Cells respond to external stimuli by activating nonlinear and highly interconnected networks of signaling proteins. Our laboratory focuses on understanding how these networks are wired in different cell types and how they influence response to growth factors or cytotoxic agents using both hypothesis driven and systems-based data-driven approaches. Our lab combines approaches from molecular genetics with cell and systems biology to study a recently discovered Wnt5-Fzd2 signaling pathway in metastasis as well as cell-to-cell contact in regulating cell fate decisions.

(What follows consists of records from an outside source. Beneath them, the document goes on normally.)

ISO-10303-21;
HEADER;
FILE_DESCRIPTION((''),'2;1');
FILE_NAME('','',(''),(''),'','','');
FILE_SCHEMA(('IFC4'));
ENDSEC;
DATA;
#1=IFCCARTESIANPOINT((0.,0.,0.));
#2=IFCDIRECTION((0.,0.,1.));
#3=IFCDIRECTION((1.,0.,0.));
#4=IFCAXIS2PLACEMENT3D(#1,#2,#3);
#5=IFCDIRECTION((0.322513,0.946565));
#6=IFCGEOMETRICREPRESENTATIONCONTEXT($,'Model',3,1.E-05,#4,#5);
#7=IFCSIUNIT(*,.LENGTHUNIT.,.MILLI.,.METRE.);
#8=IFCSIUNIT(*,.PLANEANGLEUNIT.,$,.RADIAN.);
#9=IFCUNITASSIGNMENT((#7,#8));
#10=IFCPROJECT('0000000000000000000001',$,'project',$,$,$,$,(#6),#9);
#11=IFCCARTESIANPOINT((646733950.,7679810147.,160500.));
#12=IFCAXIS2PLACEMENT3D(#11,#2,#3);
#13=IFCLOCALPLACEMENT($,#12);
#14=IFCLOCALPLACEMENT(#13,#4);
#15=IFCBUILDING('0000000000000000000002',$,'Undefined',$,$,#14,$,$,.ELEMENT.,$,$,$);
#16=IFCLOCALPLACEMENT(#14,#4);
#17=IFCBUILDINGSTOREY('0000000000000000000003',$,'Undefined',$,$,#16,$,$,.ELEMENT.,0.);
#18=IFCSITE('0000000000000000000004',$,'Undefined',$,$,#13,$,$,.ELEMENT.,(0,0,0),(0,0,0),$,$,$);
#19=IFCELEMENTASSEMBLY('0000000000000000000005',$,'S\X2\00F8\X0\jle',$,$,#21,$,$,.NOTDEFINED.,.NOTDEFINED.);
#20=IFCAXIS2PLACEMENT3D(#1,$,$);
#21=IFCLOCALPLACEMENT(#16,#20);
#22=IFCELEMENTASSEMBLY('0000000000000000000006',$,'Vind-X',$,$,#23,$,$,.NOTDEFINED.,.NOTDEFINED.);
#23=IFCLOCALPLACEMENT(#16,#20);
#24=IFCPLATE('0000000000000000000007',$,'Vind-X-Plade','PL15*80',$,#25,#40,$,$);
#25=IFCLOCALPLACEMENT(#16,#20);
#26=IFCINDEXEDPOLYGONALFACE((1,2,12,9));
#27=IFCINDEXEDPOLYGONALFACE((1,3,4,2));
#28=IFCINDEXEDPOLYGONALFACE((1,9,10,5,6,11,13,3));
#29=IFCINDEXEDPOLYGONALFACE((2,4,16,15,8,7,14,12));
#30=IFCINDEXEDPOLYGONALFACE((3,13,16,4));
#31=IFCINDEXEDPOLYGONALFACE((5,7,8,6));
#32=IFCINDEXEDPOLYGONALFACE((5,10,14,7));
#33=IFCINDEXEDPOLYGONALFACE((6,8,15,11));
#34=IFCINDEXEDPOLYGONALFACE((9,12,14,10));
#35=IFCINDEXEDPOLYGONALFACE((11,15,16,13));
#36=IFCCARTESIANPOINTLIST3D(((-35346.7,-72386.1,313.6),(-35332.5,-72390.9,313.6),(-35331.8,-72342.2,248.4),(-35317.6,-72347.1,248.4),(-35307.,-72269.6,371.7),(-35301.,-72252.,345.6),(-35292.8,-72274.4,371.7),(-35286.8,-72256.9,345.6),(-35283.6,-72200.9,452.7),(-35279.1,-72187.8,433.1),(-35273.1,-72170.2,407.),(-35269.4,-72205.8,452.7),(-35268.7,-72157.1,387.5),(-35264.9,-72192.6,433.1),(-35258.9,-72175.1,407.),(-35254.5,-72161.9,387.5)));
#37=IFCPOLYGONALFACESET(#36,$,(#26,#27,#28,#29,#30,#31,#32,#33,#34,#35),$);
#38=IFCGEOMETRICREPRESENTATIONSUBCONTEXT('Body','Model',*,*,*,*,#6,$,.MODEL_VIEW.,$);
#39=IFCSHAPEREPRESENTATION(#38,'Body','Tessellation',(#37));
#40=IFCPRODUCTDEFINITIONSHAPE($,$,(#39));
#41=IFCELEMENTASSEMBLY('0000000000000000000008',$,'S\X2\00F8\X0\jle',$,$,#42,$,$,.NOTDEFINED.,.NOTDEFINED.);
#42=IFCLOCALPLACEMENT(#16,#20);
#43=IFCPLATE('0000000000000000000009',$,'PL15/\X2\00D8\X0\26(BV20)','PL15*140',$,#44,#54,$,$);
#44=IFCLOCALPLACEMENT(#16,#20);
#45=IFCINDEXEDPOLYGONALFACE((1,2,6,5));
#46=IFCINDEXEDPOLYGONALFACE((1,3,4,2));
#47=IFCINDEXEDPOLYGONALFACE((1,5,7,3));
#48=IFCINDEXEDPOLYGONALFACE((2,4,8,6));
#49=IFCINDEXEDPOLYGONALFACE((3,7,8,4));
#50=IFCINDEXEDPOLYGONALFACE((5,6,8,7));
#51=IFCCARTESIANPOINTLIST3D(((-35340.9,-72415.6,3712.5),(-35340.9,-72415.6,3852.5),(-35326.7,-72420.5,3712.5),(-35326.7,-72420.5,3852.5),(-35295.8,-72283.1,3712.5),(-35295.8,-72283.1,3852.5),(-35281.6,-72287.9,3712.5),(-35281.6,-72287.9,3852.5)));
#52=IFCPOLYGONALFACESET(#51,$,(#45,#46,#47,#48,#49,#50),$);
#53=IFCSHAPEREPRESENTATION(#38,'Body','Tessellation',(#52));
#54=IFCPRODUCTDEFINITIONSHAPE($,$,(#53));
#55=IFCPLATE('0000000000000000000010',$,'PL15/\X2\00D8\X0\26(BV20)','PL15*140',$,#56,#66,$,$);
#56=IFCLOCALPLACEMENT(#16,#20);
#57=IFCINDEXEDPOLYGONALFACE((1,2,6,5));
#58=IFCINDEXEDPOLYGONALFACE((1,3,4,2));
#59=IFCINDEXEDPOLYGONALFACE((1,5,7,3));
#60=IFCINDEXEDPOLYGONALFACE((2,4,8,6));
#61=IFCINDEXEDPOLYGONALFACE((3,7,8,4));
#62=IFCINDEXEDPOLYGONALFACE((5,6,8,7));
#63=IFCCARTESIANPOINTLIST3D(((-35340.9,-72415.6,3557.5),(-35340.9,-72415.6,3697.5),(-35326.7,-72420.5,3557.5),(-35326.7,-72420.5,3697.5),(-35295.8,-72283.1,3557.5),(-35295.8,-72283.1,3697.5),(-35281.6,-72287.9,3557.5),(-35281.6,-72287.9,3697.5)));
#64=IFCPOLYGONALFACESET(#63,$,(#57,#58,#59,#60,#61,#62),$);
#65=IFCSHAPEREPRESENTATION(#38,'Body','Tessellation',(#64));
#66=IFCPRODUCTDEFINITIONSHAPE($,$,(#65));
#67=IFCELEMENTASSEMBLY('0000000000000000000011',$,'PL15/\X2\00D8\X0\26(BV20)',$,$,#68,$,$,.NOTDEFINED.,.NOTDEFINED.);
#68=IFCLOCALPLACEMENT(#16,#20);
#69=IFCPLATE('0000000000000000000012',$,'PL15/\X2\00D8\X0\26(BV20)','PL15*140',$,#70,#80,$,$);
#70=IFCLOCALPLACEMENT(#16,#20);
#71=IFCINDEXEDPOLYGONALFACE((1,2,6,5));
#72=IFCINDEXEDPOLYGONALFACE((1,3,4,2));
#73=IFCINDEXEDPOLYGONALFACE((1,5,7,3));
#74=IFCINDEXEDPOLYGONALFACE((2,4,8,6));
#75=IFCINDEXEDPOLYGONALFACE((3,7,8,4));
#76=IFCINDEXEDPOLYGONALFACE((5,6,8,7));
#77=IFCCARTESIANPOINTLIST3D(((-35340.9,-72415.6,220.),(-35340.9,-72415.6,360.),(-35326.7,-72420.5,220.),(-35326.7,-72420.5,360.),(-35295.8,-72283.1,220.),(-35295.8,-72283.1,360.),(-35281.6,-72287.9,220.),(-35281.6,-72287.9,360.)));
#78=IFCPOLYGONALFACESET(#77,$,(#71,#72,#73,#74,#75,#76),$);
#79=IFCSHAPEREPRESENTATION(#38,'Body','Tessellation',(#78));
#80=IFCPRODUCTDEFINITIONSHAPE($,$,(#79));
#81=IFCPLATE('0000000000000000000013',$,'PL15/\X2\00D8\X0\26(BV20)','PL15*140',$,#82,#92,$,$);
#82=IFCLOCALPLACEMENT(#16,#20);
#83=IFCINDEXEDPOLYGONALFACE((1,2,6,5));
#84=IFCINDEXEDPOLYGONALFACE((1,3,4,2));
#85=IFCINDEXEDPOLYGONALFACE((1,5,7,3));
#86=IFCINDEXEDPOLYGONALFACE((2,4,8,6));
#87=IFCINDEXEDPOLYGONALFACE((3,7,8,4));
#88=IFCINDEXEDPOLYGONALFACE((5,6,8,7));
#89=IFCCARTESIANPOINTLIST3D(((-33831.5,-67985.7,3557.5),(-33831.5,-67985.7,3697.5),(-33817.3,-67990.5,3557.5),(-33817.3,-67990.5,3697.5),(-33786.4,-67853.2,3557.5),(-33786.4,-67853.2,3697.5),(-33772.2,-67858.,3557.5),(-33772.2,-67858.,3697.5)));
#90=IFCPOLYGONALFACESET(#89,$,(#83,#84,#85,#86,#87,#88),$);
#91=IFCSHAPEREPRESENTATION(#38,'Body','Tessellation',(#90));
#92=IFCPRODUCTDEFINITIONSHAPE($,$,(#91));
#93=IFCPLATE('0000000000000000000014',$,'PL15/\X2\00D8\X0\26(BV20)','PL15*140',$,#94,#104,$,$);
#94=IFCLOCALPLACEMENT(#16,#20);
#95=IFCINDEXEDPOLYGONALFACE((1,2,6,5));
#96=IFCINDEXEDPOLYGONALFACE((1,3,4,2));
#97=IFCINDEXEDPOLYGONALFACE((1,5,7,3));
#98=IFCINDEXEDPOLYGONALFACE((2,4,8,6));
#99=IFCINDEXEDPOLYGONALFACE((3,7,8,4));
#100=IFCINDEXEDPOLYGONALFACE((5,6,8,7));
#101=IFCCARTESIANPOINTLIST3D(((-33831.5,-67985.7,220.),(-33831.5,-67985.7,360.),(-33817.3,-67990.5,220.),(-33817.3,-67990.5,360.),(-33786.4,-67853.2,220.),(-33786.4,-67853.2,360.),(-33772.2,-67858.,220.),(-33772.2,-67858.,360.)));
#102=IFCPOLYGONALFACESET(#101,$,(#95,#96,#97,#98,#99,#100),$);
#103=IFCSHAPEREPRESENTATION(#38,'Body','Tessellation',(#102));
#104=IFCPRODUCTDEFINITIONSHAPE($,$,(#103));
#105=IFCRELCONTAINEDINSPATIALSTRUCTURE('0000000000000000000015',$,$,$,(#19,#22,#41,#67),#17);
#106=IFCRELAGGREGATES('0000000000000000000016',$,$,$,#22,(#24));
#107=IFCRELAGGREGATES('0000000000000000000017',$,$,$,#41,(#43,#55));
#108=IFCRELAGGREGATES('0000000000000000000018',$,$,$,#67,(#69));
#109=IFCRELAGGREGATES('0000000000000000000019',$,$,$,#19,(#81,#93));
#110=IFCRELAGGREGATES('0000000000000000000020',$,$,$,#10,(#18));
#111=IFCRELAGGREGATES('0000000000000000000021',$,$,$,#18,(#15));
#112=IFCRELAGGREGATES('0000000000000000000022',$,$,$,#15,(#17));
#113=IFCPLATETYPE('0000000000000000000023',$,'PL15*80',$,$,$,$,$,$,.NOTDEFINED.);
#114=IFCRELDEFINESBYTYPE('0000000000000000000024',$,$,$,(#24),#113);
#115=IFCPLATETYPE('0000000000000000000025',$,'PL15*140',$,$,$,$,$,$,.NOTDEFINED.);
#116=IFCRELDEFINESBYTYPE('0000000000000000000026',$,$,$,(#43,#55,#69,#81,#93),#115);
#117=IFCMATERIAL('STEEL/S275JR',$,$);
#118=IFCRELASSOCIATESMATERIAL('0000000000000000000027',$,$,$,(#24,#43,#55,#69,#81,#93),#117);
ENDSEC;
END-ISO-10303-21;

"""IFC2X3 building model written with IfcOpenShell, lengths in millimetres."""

from ifc_helpers import new_model, si_unit, direction, frame, origin_with_axes, place, context, subcontext, project, spatial, polyline, outline, extrude, boolean, material, type_object, element, aggregate, save


model = new_model("IFC2X3")

# Units and contexts
model_context = context("Model", 3, precision=1e-05, world=origin_with_axes(), true_north=direction((0.322513, 0.946565)))
body_context = subcontext(model_context, "Body", "Model", "MODEL_VIEW")
ifc_project = project(units=[si_unit("LENGTHUNIT", "METRE", prefix="MILLI"), si_unit("PLANEANGLEUNIT", "RADIAN")], contexts=[model_context])

# Site, building, storey
site_placement = place(None, frame((646733950.0, 7679810147.0, 160500.0), z_axis=(0.0, 0.0, 1.0), x_axis=(1.0, 0.0, 0.0)))
site = spatial("IfcSite", under=ifc_project, at=site_placement, Name="Undefined", CompositionType="ELEMENT", RefLatitude=(0, 0, 0), RefLongitude=(0, 0, 0))
building_placement = place(site_placement, origin_with_axes())
building = spatial("IfcBuilding", under=site, at=building_placement, Name="Undefined", CompositionType="ELEMENT")
storey_placement = place(building_placement, origin_with_axes())
storey = spatial("IfcBuildingStorey", under=building, at=storey_placement, Name="Undefined", CompositionType="ELEMENT", Elevation=0.0)

# Element assembly
assembly_1_placement = place(storey_placement, origin_with_axes())
assembly_1 = element("IfcElementAssembly", 1, at=assembly_1_placement, inside=storey, Name="Søjle", AssemblyPlace="NOTDEFINED", PredefinedType="NOTDEFINED")

# Element assembly
assembly_2_placement = place(storey_placement, origin_with_axes())
assembly_2 = element("IfcElementAssembly", 2, at=assembly_2_placement, inside=storey, Name="Vind-X", AssemblyPlace="NOTDEFINED", PredefinedType="NOTDEFINED")

# Shared definitions
ifc_material_1 = material(Name="STEEL/S275JR")

# Plate
plate_type_1 = type_object("IfcPlateType", Name="PL15*80", PredefinedType="NOTDEFINED")
plate_1_placement = place(assembly_2_placement, frame((-35324.7, -72344.7, 248.4), z_axis=(-0.946565, 0.322513, 0.0), x_axis=(-0.186827, -0.54833, 0.815126)))
plate_1 = element("IfcPlate", 3, at=plate_1_placement, type_object=plate_type_1, material=ifc_material_1, Name="Vind-X-Plade", Description="PL15*80", context=body_context, shape_type="CSG", body=[
    boolean("DIFFERENCE", extrude(outline(polyline([(0.0, 0.0), (80.0, 0.0), (80.0, 240.0), (0.0, 240.0), (0.0, 0.0)])), frame((0.0, 0.0, -7.5), z_axis=(0.0, 0.0, 1.0), x_axis=(1.0, 0.0, 0.0)), (0.0, 0.0, 1.0), 15.0), extrude(outline(polyline([(0.0, 0.0), (106.0, 0.0), (106.0, 32.0), (0.0, 32.0), (0.0, 0.0)])), frame((56.0, 240.0, 8.5), z_axis=(0.0, 0.0, -1.0), x_axis=(0.0, -1.0, 0.0)), (0.0, 0.0, 1.0), 17.0)),
])

# Element assembly, plates
assembly_3_placement = place(storey_placement, origin_with_axes())
assembly_3 = element("IfcElementAssembly", 4, at=assembly_3_placement, inside=storey, Name="Søjle", AssemblyPlace="NOTDEFINED", PredefinedType="NOTDEFINED")
plate_type_2 = type_object("IfcPlateType", Name="PL15*140", PredefinedType="NOTDEFINED")
plate_2_placement = place(assembly_3_placement, frame((-35288.7, -72285.5, 3712.5), z_axis=(-0.946565, 0.322513, 0.0), x_axis=(-0.322513, -0.946565, 0.0)))
plate_2 = element("IfcPlate", 5, at=plate_2_placement, type_object=plate_type_2, material=ifc_material_1, Name="PL15/Ø26(BV20)", Description="PL15*140", context=body_context, shape_type="SweptSolid", body=[
    extrude(outline(polyline([(0.0, 0.0), (140.0, 0.0), (140.0, 140.0), (0.0, 140.0), (0.0, 0.0)])), frame((0.0, 0.0, -7.5), z_axis=(0.0, 0.0, 1.0), x_axis=(1.0, 0.0, 0.0)), (0.0, 0.0, 1.0), 15.0),
])
plate_3_placement = place(assembly_3_placement, frame((-35288.7, -72285.5, 3557.5), z_axis=(-0.946565, 0.322513, 0.0), x_axis=(-0.322513, -0.946565, 0.0)))
plate_3 = element("IfcPlate", 6, at=plate_3_placement, type_object=plate_type_2, material=ifc_material_1, Name="PL15/Ø26(BV20)", Description="PL15*140", context=body_context, shape_type="SweptSolid", body=[
    extrude(outline(polyline([(0.0, 0.0), (140.0, 0.0), (140.0, 140.0), (0.0, 140.0), (0.0, 0.0)])), frame((0.0, 0.0, -7.5), z_axis=(0.0, 0.0, 1.0), x_axis=(1.0, 0.0, 0.0)), (0.0, 0.0, 1.0), 15.0),
])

1. Noncanonical Wnt5-Fzd2 signaling pathway. Metastasis is responsible for as much as 90% of cancer-associated mortality. Yet progress in developing effective drugs that specifically target metastasis or cells with metastatic potential has remained slow. Based on our recent discovery of a new noncanonical Frizzled 2 (Fzd2) pathway that drives epithelial-mesenchymal transition (EMT) and plays a key role in metastasis in a wide array of clinically challenging human tumors, a major focus of our lab is to advance the mechanistic understanding of how Fzd2 regulates cell motility and EMT and to determine how this pathway works in other cell types and processes, such as maintenance of tumor initiating cells or regulation of cell differentiation. To this end, approaches including multiplex proteomics, mouse genetics coupled with phenotypic measurements will be used to determine how proteins in this pathway interact with each other and how signals are augmented or attenuated through positive and negative feedback.
2. Fundamental Properties of the Cell Regulated by Cell-to-Cell Interaction. Cell-to-cell interactions control both body and organ size in metazoans. Though cell-to-cell contact has been a major focus of cell biology since the early days of cell culture (1950s-1970s), how cell-to-cell contact causes cell cycle arrest, stimulates differentiation, controls cell size and cell morphology, as well as regulates energy consumption remains poorly understood. The answers to these questions are not only important to a fundamental understanding of cell communication but also have unappreciated relevance in diseases such as cancer, inflammation, aging, metabolic and neurological disorders. Another focus of our lab is to pursue some of these less studied questions in cell biology by integrating recently developed proteomics and computational methods with specific cellular system.